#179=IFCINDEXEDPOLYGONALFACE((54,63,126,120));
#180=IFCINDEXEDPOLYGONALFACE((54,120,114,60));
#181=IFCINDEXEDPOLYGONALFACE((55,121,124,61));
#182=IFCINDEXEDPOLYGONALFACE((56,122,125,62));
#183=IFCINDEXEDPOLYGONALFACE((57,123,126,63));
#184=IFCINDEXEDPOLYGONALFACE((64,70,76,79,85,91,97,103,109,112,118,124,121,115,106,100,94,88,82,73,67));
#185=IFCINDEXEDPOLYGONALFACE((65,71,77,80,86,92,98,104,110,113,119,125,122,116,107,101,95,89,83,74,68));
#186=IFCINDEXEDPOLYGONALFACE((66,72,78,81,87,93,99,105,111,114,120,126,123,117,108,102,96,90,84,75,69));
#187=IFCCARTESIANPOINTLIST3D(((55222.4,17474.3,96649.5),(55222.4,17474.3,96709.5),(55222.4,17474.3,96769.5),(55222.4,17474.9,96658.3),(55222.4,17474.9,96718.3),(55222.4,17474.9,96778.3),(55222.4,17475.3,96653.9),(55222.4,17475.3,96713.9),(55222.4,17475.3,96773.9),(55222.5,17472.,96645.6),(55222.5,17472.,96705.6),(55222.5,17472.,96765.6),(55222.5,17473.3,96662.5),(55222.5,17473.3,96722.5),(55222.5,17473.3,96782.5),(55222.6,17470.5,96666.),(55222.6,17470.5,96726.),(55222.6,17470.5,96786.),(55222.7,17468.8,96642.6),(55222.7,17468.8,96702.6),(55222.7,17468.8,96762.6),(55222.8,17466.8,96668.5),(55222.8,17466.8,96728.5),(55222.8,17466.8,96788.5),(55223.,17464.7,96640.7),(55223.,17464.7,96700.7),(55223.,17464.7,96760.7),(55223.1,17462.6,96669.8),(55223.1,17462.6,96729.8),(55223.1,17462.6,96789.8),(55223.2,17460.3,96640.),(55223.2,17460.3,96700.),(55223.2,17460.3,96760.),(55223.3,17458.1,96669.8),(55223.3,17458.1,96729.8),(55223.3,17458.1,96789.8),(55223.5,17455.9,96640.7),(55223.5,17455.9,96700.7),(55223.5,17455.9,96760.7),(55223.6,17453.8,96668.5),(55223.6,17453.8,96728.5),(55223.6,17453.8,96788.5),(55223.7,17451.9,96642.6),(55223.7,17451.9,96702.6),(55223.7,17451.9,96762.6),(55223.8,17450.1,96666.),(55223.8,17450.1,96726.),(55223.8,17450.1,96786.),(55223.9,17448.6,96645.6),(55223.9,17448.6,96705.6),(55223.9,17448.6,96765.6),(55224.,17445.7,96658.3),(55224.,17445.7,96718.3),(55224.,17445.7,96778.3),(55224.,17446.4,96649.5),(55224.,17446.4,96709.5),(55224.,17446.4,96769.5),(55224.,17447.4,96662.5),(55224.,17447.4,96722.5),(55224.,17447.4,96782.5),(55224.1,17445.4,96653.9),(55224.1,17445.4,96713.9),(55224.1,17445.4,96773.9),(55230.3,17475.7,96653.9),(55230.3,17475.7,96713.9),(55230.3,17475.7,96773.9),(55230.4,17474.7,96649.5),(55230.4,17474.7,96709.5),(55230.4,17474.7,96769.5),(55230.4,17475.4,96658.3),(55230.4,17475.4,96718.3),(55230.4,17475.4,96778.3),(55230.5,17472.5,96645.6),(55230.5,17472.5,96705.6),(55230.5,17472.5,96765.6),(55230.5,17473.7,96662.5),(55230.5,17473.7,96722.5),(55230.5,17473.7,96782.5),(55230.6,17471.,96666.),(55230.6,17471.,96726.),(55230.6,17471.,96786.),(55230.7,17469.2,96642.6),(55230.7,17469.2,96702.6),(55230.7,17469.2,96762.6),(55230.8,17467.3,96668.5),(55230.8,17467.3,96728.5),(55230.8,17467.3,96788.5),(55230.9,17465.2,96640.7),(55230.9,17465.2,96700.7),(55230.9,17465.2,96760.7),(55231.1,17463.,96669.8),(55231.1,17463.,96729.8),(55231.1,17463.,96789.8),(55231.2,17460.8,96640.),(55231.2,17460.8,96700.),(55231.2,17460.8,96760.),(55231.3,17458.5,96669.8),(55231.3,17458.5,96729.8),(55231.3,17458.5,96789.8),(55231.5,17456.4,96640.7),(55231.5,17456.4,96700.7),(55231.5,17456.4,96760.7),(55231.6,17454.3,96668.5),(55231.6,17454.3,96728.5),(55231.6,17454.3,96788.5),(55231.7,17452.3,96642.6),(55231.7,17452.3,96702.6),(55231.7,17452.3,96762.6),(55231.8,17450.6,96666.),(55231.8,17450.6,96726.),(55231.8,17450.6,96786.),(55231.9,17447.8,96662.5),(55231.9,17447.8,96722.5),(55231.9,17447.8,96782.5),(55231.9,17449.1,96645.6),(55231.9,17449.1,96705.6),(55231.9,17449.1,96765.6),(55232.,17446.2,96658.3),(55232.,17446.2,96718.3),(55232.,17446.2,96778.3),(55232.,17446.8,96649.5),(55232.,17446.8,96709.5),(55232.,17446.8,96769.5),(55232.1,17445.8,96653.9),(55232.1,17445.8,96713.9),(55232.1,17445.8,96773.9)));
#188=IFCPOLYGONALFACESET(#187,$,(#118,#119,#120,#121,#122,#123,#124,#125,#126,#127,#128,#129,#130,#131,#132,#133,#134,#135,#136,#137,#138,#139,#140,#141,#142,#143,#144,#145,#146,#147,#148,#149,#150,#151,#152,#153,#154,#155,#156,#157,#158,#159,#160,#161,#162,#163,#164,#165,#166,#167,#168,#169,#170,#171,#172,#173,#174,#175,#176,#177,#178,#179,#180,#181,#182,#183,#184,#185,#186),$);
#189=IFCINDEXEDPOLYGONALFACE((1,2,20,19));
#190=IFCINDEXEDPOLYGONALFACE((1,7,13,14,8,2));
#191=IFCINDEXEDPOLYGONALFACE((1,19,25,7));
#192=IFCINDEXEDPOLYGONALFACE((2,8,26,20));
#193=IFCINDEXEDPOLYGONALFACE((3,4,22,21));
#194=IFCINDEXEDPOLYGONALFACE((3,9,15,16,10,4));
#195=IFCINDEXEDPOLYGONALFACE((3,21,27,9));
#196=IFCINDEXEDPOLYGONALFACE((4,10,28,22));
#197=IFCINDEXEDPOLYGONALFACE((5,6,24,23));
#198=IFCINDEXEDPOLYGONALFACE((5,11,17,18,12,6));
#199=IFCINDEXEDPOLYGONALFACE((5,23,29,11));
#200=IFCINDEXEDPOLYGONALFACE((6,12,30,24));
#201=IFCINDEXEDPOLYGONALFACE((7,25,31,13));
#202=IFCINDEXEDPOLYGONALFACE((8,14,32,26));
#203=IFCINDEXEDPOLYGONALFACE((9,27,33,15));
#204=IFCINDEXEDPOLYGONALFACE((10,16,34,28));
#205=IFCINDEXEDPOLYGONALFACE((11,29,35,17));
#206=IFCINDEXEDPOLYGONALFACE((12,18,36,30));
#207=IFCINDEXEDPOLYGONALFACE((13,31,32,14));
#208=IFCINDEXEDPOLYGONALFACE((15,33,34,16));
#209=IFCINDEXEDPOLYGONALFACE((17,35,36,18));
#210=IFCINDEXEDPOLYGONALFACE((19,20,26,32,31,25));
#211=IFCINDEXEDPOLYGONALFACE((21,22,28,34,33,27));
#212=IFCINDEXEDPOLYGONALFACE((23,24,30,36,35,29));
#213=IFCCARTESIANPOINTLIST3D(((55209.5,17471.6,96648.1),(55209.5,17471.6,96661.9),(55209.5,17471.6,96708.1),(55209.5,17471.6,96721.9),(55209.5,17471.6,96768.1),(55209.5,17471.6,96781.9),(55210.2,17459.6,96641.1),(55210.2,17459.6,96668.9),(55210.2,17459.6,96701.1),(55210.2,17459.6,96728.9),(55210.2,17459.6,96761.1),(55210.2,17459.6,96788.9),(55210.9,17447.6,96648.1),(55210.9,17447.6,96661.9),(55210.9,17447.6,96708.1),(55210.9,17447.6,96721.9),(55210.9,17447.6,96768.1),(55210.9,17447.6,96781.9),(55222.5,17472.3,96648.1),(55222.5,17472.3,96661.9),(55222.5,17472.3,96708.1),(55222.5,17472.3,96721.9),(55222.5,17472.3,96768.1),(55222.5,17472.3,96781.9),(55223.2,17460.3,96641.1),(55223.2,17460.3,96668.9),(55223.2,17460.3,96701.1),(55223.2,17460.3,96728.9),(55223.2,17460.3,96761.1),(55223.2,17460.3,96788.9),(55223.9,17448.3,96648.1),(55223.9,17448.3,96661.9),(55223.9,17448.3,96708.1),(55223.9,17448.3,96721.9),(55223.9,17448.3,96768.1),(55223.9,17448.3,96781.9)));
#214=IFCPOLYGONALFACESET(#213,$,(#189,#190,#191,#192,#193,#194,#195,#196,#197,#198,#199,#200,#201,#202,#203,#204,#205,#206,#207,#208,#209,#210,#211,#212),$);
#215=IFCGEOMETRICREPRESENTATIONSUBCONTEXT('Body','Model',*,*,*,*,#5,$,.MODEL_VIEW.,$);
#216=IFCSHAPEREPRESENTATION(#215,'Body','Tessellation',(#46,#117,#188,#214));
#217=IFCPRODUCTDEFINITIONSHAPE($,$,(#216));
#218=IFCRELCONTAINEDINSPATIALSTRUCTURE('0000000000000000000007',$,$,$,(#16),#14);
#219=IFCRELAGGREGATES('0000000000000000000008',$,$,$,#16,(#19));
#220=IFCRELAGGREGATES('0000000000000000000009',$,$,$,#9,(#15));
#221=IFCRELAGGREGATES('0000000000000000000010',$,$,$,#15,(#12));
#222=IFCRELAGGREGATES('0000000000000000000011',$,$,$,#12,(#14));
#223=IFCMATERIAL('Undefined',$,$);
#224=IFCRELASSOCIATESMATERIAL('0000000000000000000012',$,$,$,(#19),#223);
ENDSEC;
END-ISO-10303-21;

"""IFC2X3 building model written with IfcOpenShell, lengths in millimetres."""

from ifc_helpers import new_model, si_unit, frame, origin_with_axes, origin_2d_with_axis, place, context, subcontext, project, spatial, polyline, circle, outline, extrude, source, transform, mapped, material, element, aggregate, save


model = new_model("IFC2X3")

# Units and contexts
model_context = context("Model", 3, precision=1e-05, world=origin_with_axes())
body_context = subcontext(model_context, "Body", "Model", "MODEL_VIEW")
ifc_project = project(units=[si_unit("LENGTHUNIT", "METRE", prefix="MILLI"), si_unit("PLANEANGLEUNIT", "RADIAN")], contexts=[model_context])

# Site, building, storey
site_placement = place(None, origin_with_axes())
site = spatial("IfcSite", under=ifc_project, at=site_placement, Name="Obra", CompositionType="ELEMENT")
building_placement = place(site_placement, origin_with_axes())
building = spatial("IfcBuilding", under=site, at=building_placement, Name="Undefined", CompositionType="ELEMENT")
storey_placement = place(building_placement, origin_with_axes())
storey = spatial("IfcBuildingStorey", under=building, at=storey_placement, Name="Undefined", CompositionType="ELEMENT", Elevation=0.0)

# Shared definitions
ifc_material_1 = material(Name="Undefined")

**What to work on:** Above are the records; print exactly the lines from the line with "#206=IFCINDEXEDPOLYGONALFACE((12,18,36,30));" to the line with "#211=IFCINDEXEDPOLYGONALFACE((21,22,28,34,33,27));", including both, and nothing else.

**Problem solution:**
#206=IFCINDEXEDPOLYGONALFACE((12,18,36,30));
#207=IFCINDEXEDPOLYGONALFACE((13,31,32,14));
#208=IFCINDEXEDPOLYGONALFACE((15,33,34,16));
#209=IFCINDEXEDPOLYGONALFACE((17,35,36,18));
#210=IFCINDEXEDPOLYGONALFACE((19,20,26,32,31,25));
#211=IFCINDEXEDPOLYGONALFACE((21,22,28,34,33,27));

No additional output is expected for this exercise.